In a recent report by World Bank, Kenyans in diaspora have contributed up to a record Sh163 billion ($1.6 billion) in remittances to their motherland.
The report, Migration and Remittances Fact book 2016, shows that Kenya was among the highest recipient of remittances in 2015. The report indicated that there was an increase in remittance by 16.5% from 2014’s Sh139 ($1.5 billion).
“Migrants are now sending earnings back to their families in developing countries at levels above $441 billion, a figure three times the volume of official aid flows to these countries,” Director, Development Indicators Group, Augusto Lopez-Claros, said as indicated in the report.
Out of the 188 member countries, Nigeria received $20 billion in remittances ranking highest recipient in the world. Ghana came in second with $2billion while Kenya and Senegal held the third position with $1.6 billion each.
The United States on the other hand was the largest remittance source country, estimated $56 billion in outward flows in 2014. Saudi Arabia came in second ($37 billion) followed by Russia ($33 billion).
According to the report, the remittances in some 25 developing countries led to increased investment in different sectors in individual countries.
“Migrants are now sending earnings back to their families in developing countries at levels above US$441 billion, a figure three times the volume of official aid flows. These inflows of cash constitute more than 10 per cent of GDP in some 25 developing countries and lead to increased investments in health, education, and small businesses in various communities,” part of the report read.
According to Dilip Ratha, co-author of the Factbook: “more than three times the size of development aid, international migrants’ remittances provide a lifeline for millions of households in developing countries. In addition, migrants hold more than $500 billion in annual savings. Together, remittances and migrant savings offer a substantial source of financing for development projects that can improve lives and livelihoods in developing countries.”
The new study said that there has been an increase in the number of migrants in the past few years in search of job opportunities. Other reasons listed in the report include internal conflict and war, climate change, natural disasters, and labor shortages resulting from falling birth rates.

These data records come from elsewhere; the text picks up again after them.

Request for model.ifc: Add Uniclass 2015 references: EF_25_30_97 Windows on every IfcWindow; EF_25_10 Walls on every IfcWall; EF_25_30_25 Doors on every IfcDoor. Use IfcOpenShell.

First a look at what the model holds.

```python
import ifcopenshell

model = ifcopenshell.open("model.ifc")
print(model.schema)
print("classifications:", [c.Name for c in model.by_type("IfcClassification")])
for ifc_class in ("IfcDoor", "IfcRoof", "IfcStair", "IfcWall", "IfcWindow"):
    print(ifc_class, len(model.by_type(ifc_class)))
```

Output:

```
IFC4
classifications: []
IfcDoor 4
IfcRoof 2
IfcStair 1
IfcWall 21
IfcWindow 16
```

```python
import ifcopenshell
import ifcopenshell.api.classification

model = ifcopenshell.open("model.ifc")

system = ifcopenshell.api.classification.add_classification(model, classification="Uniclass 2015")

codes = {
    "IfcWindow": ("EF_25_30_97", "Windows"),
    "IfcWall": ("EF_25_10", "Walls"),
    "IfcDoor": ("EF_25_30_25", "Doors"),
}
for ifc_class, (code, name) in codes.items():
    products = model.by_type(ifc_class)
    ifcopenshell.api.classification.add_reference(
        model, products=products, classification=system, identification=code, name=name
    )
    print(code, len(products))

model.write("model_rev.ifc")
```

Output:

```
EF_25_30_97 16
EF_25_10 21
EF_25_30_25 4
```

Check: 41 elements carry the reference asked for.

In the study, there were more migrants (38%) in 2013 moving from developing countries to other developing countries compared to 34 % that migrated from developing to developed countries.
The study listed the top 10 migrant destination countries as the United States, Saudi Arabia, Germany, Russia, United Arab Emirates (UAE), United Kingdom, France, Canada, Spain and Australia. The top 10 migrant source countries were India, Mexico, Russia, China, Bangladesh, Pakistan, the Philippines, Afghanistan, Ukraine, and the United Kingdom.
According to available official data, the Mexico–United States corridor is the largest migration corridor in the world, accounting for 13 million migrants in 2013. Russia–Ukraine is the second largest corridor, followed by Bangladesh-India, and Ukraine–Russia. For the former Soviet Union corridors, many natives became migrants without moving when new international boundaries were drawn.